NEW YORK – In recent years, autologous CD19-directed CAR T-cell therapy has cemented its position as third-line treatment for relapsed or refractory lymphoma patients with few other treatment options. Now, new data presented at the American Society of Hematology's annual meeting show that the one-time therapy could benefit patients when administered earlier as second-line treatment.
Gilead subsidiary Kite and Bristol Myers Squibb both presented data this weekend showing that lymphoma patients receiving their respective CAR T-cell therapies, axicabtagene ciloleucel (Yescarta; axi-cel) and lisocabtagene maraleucel (Breyanzi; liso-cel), had longer event-free survival than those on standard second-line therapies, such as chemotherapy and stem cell transplant.
The randomized Phase III trials, Gilead's ZUMA-7 and BMS' TRANSFORM, don't lend themselves to direct apples-to-apples comparison, in part because their patient populations differed somewhat. While ZUMA-7 involved only diffuse large B-cell lymphoma patients, TRANSFORM included patients with various non-Hodgkin lymphoma types including DLBCL, grade 3B follicular lymphoma, and transformed non-follicular lymphoma, among others.
Data from the two studies are also at different stages of maturity. While the ZUMA-7 results on axi-cel come from a primary analysis with two years of follow-up — the longest in any randomized CAR T-cell therapy study to date — the TRANSFORM data on liso-cel are from a preplanned interim analysis with a median follow-up of 6.2 months. That said, the studies are worth considering together given their shared goals of evaluating autologous CD19-directed CAR T-cell therapy for second-line LBCL.

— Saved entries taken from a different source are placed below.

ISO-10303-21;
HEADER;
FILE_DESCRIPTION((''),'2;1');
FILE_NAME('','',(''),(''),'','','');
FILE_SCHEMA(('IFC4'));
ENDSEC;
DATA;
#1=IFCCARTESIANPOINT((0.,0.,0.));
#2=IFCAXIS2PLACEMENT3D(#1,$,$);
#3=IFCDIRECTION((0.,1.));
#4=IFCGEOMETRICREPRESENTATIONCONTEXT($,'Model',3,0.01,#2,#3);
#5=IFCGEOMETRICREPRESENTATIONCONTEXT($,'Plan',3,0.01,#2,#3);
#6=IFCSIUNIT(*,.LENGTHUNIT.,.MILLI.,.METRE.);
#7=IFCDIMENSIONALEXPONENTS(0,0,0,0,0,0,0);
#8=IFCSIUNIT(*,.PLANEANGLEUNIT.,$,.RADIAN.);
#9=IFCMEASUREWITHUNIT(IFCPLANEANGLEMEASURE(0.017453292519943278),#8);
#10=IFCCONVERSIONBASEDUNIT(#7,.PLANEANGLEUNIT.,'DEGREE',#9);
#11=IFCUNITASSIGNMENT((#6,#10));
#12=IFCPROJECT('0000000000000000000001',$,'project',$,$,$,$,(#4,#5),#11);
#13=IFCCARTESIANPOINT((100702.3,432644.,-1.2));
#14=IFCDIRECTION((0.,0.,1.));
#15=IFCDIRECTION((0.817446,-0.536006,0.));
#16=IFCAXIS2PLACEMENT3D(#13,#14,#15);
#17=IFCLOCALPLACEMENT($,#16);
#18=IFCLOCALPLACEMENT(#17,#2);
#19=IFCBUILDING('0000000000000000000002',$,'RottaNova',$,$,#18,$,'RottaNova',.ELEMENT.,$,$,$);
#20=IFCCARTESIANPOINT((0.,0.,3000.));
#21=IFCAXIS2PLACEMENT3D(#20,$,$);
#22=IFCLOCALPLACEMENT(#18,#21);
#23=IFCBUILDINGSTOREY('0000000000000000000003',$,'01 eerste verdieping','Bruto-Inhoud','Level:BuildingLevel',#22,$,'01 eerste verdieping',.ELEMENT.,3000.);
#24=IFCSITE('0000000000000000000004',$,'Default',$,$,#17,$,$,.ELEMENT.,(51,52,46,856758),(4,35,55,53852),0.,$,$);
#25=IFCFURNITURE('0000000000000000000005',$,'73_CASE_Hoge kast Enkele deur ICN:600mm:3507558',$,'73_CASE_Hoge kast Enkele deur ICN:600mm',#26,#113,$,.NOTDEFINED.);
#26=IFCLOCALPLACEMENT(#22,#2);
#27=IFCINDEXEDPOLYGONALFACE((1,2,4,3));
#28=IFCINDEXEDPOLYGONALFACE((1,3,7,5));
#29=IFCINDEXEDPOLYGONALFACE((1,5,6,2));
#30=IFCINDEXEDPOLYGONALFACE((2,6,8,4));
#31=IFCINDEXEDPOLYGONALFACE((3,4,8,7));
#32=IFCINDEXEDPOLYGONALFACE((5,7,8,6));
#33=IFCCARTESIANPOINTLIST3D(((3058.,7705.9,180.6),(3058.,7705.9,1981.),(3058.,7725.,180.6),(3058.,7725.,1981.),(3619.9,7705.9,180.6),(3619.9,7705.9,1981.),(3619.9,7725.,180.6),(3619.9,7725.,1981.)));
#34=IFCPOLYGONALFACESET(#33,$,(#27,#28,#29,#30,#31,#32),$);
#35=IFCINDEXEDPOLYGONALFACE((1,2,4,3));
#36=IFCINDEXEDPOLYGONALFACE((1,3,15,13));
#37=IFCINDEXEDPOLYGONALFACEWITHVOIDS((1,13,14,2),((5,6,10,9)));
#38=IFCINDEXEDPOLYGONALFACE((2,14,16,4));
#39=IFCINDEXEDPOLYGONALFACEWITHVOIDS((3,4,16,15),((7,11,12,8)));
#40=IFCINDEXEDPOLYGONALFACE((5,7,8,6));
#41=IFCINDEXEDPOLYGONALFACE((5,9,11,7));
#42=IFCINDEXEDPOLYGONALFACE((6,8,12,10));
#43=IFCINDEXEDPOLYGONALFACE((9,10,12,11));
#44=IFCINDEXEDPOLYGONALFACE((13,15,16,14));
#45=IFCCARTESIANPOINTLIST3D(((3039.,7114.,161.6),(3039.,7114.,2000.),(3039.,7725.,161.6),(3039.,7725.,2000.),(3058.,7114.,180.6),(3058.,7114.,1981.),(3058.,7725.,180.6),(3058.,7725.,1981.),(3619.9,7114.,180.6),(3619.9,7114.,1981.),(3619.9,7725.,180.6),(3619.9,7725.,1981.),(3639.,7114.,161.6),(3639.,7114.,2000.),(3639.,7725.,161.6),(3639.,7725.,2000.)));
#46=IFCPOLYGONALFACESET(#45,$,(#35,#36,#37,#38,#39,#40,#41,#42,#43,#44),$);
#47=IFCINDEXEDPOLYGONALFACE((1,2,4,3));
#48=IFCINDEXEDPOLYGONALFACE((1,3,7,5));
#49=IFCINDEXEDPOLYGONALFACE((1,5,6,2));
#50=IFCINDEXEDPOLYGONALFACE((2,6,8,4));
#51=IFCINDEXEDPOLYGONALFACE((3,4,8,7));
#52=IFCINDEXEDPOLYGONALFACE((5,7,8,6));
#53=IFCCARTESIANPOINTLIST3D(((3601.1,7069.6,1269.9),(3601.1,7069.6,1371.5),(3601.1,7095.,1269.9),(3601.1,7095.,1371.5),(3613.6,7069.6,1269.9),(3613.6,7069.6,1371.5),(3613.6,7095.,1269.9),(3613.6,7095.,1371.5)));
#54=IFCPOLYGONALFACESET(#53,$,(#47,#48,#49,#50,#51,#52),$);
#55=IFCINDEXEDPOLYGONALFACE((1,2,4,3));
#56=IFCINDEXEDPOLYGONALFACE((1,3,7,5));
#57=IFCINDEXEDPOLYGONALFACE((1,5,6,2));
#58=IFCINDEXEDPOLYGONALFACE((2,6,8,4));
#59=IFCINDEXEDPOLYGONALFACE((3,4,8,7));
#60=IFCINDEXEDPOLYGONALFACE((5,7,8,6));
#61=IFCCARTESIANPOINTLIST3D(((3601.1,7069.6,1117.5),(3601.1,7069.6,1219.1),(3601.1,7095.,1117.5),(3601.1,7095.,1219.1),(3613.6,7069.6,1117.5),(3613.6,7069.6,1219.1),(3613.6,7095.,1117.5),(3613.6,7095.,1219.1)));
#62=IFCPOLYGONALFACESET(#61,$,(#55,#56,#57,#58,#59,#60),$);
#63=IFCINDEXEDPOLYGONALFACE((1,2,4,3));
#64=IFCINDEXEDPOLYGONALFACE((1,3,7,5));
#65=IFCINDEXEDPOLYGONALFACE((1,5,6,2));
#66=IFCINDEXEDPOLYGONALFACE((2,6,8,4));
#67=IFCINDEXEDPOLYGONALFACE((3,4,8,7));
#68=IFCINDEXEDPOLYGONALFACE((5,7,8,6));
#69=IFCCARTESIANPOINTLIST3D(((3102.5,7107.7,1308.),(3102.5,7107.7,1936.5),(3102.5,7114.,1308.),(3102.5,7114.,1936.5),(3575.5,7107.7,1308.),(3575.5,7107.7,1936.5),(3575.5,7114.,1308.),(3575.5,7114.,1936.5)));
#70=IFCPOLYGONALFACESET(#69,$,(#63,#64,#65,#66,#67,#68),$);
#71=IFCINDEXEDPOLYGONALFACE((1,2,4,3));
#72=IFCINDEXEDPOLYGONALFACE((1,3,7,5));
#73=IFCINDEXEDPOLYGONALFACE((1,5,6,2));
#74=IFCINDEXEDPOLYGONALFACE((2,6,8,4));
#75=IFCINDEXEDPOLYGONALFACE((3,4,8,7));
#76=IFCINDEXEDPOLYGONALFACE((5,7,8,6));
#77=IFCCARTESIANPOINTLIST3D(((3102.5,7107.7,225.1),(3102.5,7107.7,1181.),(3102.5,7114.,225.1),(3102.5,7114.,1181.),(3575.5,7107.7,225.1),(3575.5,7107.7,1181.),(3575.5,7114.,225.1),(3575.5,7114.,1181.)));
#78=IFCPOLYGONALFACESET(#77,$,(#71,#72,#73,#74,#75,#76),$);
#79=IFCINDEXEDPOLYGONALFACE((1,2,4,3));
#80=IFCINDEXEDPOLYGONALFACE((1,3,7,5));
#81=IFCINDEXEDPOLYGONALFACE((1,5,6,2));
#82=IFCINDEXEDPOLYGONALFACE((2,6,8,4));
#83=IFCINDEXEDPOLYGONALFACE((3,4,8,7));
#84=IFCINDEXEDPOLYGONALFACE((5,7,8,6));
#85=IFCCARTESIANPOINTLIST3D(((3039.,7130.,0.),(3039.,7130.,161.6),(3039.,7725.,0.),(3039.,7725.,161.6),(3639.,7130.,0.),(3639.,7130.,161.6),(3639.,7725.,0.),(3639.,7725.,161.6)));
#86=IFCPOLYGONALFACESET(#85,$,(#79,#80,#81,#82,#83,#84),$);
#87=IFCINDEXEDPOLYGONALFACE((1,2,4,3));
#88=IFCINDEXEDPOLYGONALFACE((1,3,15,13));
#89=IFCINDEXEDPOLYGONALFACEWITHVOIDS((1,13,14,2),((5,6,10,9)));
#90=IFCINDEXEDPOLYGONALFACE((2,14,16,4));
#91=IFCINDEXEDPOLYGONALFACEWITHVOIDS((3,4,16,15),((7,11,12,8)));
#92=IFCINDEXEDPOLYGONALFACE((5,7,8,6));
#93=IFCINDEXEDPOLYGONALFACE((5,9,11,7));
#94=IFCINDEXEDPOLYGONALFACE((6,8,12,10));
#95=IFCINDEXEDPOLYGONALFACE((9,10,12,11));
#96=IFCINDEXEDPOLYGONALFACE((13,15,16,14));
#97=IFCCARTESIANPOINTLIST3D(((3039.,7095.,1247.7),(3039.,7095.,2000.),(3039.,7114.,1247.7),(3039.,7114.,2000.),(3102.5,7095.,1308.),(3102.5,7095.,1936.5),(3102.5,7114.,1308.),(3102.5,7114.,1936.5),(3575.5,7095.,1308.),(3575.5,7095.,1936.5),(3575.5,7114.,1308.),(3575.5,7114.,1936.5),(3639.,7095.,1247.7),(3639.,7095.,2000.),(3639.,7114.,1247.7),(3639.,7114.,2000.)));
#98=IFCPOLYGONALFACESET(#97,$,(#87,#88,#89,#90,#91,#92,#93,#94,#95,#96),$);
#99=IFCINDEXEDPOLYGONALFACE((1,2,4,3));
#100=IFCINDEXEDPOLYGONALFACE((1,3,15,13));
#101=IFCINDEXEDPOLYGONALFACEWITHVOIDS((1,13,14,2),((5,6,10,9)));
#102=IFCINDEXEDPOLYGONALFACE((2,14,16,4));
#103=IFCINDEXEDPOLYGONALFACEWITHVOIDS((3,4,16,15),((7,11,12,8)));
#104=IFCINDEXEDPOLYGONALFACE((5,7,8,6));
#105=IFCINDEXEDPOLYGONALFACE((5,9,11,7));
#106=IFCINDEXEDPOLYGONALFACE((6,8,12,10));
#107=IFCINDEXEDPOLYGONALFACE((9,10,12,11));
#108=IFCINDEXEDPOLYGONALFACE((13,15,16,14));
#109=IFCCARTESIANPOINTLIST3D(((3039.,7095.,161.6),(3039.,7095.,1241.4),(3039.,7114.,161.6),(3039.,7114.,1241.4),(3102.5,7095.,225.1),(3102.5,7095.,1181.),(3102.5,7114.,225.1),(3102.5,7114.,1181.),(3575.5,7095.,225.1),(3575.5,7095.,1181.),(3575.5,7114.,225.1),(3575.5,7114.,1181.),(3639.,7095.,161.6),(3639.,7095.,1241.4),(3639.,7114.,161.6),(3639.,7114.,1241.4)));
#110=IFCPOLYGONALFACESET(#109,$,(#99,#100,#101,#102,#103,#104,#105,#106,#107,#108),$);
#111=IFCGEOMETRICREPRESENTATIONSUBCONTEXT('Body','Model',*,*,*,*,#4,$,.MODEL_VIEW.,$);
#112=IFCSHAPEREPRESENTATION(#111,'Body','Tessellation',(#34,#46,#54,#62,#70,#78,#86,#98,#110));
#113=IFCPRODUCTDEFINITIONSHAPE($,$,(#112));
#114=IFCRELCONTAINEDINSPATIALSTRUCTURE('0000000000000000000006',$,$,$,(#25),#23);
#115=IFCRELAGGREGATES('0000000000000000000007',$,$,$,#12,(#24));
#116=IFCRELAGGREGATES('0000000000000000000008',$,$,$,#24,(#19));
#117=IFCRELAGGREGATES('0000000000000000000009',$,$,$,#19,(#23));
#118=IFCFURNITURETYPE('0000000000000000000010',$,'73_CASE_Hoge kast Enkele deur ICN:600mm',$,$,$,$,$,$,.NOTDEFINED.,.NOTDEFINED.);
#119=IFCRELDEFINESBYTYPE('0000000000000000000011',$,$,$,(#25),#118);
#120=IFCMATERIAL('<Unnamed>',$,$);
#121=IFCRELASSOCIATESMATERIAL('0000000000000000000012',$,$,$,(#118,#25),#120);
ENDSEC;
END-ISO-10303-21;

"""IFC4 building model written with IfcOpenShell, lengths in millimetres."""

from ifc_helpers import new_model, entity, si_unit, converted_unit, direction, frame, origin, place, context, subcontext, project, spatial, indexed_curve, outline, extrude, source, transform, mapped, material, type_object, type_shapes, element, save


model = new_model("IFC4")

# Units and contexts
model_context = context("Model", 3, precision=0.01, world=origin(), true_north=direction((0.0, 1.0)))
plan_context = context("Plan", 3, precision=0.01, world=origin(), true_north=direction((0.0, 1.0)))
body_context = subcontext(model_context, "Body", "Model", "MODEL_VIEW")
ifc_project = project(units=[si_unit("LENGTHUNIT", "METRE", prefix="MILLI"), converted_unit("PLANEANGLEUNIT", "DEGREE", entity("IfcPlaneAngleMeasure", 0.017453292519943278), si_unit("PLANEANGLEUNIT", "RADIAN"), dimensions=[0, 0, 0, 0, 0, 0, 0])], contexts=[model_context, plan_context])

# Site, building, storey
site_placement = place(None, frame((100702.3, 432644.0, -1.2), z_axis=(0.0, 0.0, 1.0), x_axis=(0.817446, -0.536006, 0.0)))
site = spatial("IfcSite", under=ifc_project, at=site_placement, Name="Default", CompositionType="ELEMENT", RefLatitude=(51, 52, 46, 856758), RefLongitude=(4, 35, 55, 53852), RefElevation=0.0)
building_placement = place(site_placement, origin())
building = spatial("IfcBuilding", under=site, at=building_placement, Name="RottaNova", LongName="RottaNova", CompositionType="ELEMENT")
storey_placement = place(building_placement, frame((0.0, 0.0, 3000.0)))
storey = spatial("IfcBuildingStorey", under=building, at=storey_placement, Name="01 eerste verdieping", Description="Bruto-Inhoud", ObjectType="Level:BuildingLevel", LongName="01 eerste verdieping", CompositionType="ELEMENT", Elevation=3000.0)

Both autologous CAR T-cell therapies have US Food and Drug Administration approval for LBCL patients in the third- or later-line treatment settings where, due to the lack of existing treatment options, regulators accepted overall response data from single-arm clinical trials as sufficient evidence of treatment benefit. Gilead's axi-cel first entered the market in 2017, while BMS' liso-cel approval came in early 2021.
But now that drugmakers have proven these therapies can lead to durable responses in the later-line settings, the field is wondering whether lymphoma patients might benefit even more when their cancers aren't so progressed and heavily treated. Treatments in earlier disease settings have a higher evidence burden since they must be compared to standard therapies in use, which in second-line LBCL includes platinum-containing salvage chemotherapy, followed by high-dose chemotherapy, and then autologous stem cell transplant for those who respond to the chemo portion.

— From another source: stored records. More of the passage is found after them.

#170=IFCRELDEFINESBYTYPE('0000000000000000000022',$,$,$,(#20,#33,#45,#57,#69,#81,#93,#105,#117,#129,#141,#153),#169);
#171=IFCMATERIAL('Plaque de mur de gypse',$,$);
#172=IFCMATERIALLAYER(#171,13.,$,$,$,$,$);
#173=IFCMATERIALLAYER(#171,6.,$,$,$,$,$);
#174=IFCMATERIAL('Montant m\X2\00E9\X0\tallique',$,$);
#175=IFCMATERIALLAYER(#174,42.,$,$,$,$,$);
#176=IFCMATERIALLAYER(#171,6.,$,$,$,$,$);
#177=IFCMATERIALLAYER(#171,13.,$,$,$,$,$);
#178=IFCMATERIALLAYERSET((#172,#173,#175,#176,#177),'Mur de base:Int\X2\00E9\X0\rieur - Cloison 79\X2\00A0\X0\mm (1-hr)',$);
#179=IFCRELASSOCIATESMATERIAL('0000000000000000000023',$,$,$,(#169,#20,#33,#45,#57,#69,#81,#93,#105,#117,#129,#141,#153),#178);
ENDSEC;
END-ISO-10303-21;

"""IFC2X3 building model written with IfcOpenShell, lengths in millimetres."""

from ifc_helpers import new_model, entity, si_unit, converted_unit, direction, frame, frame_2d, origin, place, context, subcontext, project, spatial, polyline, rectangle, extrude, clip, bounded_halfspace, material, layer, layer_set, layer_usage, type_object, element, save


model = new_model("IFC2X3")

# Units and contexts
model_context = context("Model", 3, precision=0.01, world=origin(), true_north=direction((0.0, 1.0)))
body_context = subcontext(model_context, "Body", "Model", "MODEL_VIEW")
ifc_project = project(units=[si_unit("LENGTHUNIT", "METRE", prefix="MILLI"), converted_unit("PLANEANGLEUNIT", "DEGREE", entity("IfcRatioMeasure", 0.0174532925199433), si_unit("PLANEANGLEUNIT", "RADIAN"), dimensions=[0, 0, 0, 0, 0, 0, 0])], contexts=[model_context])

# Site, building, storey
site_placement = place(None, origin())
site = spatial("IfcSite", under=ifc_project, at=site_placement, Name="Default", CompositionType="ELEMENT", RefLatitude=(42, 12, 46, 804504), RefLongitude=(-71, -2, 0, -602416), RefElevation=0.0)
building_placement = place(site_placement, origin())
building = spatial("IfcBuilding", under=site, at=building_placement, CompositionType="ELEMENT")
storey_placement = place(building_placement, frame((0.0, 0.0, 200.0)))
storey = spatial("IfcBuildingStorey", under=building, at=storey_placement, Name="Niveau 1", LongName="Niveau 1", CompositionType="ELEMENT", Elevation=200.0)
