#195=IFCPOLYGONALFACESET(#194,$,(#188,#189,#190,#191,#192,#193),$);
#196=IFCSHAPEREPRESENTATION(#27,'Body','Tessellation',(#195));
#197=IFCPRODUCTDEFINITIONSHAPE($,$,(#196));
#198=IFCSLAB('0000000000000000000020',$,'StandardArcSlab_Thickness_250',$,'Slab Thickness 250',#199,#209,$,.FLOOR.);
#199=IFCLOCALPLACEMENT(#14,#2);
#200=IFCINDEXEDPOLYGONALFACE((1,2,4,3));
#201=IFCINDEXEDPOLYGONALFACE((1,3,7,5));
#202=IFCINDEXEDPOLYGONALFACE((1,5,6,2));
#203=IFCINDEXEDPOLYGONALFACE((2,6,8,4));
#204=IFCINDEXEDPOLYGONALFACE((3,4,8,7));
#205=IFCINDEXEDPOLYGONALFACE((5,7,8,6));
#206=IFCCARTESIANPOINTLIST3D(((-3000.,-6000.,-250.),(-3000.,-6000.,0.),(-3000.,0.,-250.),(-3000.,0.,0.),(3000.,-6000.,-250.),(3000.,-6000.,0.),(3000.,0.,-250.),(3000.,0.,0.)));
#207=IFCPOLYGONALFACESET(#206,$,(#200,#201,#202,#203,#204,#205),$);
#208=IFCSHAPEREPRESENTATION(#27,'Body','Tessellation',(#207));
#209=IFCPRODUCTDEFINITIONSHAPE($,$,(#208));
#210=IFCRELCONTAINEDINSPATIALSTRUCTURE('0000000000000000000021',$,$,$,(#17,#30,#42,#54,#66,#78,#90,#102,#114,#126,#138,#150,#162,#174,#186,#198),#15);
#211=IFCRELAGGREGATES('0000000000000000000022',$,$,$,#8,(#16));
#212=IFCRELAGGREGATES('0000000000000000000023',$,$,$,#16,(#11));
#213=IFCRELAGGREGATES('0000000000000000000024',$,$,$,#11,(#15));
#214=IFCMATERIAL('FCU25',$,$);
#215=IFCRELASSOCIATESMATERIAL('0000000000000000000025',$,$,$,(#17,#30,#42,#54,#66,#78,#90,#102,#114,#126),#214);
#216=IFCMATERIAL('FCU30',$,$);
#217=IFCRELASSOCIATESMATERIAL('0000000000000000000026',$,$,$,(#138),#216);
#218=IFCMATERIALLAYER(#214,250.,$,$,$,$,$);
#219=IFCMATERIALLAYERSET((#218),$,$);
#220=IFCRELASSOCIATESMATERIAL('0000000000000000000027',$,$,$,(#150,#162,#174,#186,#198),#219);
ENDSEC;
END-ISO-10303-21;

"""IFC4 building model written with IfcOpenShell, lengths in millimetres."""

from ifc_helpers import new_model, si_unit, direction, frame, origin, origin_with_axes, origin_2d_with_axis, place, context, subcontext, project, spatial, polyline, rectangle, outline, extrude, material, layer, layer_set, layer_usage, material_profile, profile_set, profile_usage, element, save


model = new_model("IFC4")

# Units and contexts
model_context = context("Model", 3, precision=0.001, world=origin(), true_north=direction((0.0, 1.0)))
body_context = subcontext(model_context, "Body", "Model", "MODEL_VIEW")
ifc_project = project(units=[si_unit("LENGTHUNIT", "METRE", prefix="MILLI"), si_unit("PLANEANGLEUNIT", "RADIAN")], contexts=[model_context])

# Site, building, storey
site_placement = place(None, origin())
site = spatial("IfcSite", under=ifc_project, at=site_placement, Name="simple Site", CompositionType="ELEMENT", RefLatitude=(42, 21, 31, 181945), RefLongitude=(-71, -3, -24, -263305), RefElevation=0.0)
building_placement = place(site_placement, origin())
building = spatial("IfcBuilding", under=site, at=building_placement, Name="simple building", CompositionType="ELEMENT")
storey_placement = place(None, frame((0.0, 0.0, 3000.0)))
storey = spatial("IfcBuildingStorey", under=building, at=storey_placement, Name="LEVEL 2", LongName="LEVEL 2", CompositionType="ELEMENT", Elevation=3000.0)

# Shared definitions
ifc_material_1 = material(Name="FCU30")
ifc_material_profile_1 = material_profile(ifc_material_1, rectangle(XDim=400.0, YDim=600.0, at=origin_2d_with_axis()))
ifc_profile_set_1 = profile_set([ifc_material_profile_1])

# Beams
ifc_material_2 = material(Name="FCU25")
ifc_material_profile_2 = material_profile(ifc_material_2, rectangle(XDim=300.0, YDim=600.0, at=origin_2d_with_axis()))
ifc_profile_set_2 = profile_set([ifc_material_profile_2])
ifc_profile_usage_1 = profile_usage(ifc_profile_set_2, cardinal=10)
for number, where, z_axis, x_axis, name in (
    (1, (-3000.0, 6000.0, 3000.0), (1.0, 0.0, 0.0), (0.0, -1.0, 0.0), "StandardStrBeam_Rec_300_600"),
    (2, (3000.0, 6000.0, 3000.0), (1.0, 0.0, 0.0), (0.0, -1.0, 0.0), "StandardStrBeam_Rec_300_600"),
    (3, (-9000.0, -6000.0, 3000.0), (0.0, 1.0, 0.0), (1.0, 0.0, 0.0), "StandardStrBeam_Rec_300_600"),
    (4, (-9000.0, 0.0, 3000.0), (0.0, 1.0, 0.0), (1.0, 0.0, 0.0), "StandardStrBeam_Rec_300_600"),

Accordingly, ZUMA-7 and TRANSFORM both compared their CAR T-cell therapies head-to-head against the chemo-stem cell regimen, randomizing patients to receive one or the other.
Encouraging benefit
During a press conference on Saturday, Frederick Locke, co-leader of the cellular immunotherapy program at the Moffitt Cancer Center, presented data from ZUMA-7, which included around 360 relapsed or refractory LBCL patients who were randomized to receive either a single infusion of axi-cel or the standard regimen. The study's primary endpoint was event-free survival.
After more than two years of follow-up, the median event-free survival time — defined as the time between randomization and disease progression, beginning a new lymphoma treatment, or death by any cause — was 8.3 months for patients on axi-cel and 2 months for those on standard treatment. Two-year event-free survival rates were 40.5 percent and 16.3 percent, respectively, for axi-cel and standard-of-care arms.
Tumors shrank in 83 percent and 50 percent of patients on axi-cel and the standard regimen, respectively. And although the overall survival data are immature, so far they appear to favor axi-cel, Locke reported, with patients on standard therapy living for a median of 35.1 months while the median has not yet been reached in the axi-cel arm.
"Results from the ZUMA-7 trial herald a paradigm shift," Locke said in the press briefing, concluding that "axicabtagene ciloleucel should be a new standard for second-line relapsed or refractory large B-cell lymphoma."
Meanwhile, in the TRANSFORM study, researchers randomized 184 LBCL patients to either liso-cel or standard of care. Here, too, the outcomes favored the CAR T-cell therapy over chemo and stem cell transplant.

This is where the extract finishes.